WORK TO BE COMPLETED:
Go through the records below and tally the lines that include "IFCLOCALPLACEMENT". Answer with the number only.

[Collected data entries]
-------

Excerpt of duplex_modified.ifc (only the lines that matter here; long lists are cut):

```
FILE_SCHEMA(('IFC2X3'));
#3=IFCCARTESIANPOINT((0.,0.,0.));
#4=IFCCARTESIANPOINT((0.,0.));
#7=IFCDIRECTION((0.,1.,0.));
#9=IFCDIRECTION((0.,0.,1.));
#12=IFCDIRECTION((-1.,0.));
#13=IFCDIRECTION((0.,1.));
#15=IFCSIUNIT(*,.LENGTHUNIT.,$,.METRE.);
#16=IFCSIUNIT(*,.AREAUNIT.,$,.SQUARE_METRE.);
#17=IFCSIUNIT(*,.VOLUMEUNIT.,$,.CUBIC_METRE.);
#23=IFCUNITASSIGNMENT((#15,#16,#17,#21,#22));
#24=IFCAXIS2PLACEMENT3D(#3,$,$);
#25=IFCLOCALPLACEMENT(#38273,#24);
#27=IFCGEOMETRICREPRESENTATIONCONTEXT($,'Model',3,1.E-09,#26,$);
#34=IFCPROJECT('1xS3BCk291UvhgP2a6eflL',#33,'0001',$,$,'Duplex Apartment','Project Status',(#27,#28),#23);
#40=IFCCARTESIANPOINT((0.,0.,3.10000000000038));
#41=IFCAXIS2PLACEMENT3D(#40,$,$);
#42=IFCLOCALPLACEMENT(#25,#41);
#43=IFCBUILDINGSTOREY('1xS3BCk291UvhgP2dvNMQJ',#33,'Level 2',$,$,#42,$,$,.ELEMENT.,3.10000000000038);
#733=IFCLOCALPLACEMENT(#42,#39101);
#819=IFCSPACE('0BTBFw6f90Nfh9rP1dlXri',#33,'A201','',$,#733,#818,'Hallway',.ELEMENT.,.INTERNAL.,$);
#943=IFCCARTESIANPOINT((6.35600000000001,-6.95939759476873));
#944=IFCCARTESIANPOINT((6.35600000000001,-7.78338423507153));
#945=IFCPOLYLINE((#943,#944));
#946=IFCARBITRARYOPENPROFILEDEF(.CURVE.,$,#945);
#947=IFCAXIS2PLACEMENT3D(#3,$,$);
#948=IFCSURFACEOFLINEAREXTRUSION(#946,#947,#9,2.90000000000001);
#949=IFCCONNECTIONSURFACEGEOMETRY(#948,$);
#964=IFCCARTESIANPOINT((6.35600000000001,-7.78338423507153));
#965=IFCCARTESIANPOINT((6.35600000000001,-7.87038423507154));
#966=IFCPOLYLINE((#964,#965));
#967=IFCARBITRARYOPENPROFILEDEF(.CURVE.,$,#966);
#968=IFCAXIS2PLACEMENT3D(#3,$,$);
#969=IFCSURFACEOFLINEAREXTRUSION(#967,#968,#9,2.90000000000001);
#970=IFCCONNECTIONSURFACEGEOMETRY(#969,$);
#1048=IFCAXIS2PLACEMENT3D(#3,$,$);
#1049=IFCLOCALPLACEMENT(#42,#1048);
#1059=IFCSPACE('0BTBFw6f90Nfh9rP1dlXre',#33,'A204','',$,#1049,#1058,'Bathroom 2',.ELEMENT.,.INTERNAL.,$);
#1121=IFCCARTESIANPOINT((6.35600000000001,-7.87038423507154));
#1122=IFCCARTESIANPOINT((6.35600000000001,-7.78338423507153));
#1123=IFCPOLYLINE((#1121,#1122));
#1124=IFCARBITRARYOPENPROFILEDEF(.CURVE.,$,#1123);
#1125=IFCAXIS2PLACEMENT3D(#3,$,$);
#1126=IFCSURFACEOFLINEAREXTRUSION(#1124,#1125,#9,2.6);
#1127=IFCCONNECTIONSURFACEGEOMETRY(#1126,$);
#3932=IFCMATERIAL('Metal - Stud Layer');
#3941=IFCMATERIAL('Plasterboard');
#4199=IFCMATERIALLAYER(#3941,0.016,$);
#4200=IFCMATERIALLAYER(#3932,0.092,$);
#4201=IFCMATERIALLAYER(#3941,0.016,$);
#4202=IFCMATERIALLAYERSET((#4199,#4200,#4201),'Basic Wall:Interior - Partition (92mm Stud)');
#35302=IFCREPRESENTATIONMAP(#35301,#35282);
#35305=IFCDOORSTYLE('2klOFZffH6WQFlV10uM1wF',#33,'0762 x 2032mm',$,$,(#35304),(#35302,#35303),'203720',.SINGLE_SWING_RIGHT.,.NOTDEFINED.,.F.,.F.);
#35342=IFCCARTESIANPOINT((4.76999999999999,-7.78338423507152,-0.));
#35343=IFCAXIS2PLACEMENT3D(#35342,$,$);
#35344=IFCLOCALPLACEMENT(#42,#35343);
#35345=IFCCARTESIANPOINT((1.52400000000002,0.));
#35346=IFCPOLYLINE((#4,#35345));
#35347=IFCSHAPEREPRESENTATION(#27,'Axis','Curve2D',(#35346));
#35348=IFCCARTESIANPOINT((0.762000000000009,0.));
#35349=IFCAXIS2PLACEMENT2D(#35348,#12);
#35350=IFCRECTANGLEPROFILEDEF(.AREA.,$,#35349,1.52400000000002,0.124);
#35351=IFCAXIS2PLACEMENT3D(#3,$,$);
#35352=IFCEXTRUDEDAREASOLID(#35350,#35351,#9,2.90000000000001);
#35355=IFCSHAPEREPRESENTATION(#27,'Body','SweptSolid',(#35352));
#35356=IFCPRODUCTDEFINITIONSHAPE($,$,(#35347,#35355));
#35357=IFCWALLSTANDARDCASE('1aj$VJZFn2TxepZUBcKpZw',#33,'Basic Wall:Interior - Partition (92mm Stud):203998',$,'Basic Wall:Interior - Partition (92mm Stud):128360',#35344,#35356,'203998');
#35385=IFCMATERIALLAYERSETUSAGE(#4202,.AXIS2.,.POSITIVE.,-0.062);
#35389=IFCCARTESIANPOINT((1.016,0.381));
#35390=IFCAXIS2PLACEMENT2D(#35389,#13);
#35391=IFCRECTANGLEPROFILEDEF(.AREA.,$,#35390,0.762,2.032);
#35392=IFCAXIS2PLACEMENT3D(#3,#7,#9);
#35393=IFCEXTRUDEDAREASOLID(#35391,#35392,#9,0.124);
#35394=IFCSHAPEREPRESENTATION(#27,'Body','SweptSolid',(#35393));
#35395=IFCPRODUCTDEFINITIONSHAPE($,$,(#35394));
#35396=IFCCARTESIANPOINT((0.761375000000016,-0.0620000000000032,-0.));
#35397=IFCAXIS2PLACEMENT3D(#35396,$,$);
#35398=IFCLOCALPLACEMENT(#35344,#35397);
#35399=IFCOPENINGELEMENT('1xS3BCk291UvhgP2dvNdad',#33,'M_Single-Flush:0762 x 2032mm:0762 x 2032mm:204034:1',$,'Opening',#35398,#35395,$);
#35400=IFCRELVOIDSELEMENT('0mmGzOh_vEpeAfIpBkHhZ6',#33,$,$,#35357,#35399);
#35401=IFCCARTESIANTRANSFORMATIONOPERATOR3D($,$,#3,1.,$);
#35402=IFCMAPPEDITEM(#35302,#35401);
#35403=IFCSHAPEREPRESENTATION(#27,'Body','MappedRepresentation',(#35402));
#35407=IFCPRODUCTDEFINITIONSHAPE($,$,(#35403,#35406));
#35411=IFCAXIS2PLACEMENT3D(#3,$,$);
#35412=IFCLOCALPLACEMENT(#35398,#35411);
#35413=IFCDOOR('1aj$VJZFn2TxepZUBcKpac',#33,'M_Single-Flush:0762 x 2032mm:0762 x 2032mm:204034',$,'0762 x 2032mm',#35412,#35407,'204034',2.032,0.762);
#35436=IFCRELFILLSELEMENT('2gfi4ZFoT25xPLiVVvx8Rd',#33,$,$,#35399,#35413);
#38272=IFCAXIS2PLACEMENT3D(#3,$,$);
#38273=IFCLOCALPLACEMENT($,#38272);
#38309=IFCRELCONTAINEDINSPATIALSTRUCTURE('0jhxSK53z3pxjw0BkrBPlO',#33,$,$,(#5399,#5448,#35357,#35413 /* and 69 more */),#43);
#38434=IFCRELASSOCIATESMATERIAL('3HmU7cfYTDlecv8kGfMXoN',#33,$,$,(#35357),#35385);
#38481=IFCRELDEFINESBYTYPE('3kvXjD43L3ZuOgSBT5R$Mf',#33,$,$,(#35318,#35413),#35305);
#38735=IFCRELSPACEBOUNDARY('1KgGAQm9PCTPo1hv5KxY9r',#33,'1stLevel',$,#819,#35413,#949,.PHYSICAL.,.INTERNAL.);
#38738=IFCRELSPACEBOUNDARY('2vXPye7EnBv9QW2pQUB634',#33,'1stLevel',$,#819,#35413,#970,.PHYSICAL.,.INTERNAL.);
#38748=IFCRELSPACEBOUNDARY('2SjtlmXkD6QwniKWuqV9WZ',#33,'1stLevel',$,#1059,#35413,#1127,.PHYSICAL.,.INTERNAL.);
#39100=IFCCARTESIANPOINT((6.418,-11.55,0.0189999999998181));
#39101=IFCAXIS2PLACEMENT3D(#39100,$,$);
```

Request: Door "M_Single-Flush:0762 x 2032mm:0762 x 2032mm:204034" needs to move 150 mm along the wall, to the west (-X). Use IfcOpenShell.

```python
import numpy as np
import ifcopenshell
import ifcopenshell.api.geometry
import ifcopenshell.util.placement
import ifcopenshell.util.unit

model = ifcopenshell.open("duplex_modified.ifc")
unit_scale = ifcopenshell.util.unit.calculate_unit_scale(model)

door = model.by_guid("1aj$VJZFn2TxepZUBcKpac")
opening = door.FillsVoids[0].RelatingOpeningElement
wall = opening.VoidsElements[0].RelatingBuildingElement

wall_matrix = ifcopenshell.util.placement.get_local_placement(wall.ObjectPlacement)
shift = wall_matrix[:3, 0] * -0.15 / unit_scale
before = ifcopenshell.util.placement.get_local_placement(door.ObjectPlacement)[:3, 3].copy()

# The door is placed relative to its opening, so it follows when the opening moves.
matrix = ifcopenshell.util.placement.get_local_placement(opening.ObjectPlacement)
matrix[:3, 3] += shift
ifcopenshell.api.geometry.edit_object_placement(
    model, product=opening, matrix=matrix, is_si=False, should_transform_children=True
)

# Space boundary surfaces are stored in each space's coordinates; move them too.
for rel in door.ProvidesBoundaries:
    if not rel.ConnectionGeometry:
        continue
    surface = rel.ConnectionGeometry.SurfaceOnRelatingElement
    space_matrix = ifcopenshell.util.placement.get_local_placement(rel.RelatingSpace.ObjectPlacement)
    point = np.array(surface.Position.Location.Coordinates) + space_matrix[:3, :3].T @ shift
    surface.Position = model.createIfcAxis2Placement3D(
        model.createIfcCartesianPoint(point.tolist()), surface.Position.Axis, surface.Position.RefDirection
    )

after = ifcopenshell.util.placement.get_local_placement(door.ObjectPlacement)[:3, 3]
print("door moved by", (after - before).round(3) + 0.0)

model.write("duplex_modified_updated.ifc")
```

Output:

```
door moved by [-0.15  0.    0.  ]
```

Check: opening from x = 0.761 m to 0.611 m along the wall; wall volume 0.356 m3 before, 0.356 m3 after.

-------

YOUR RESPONSE:
8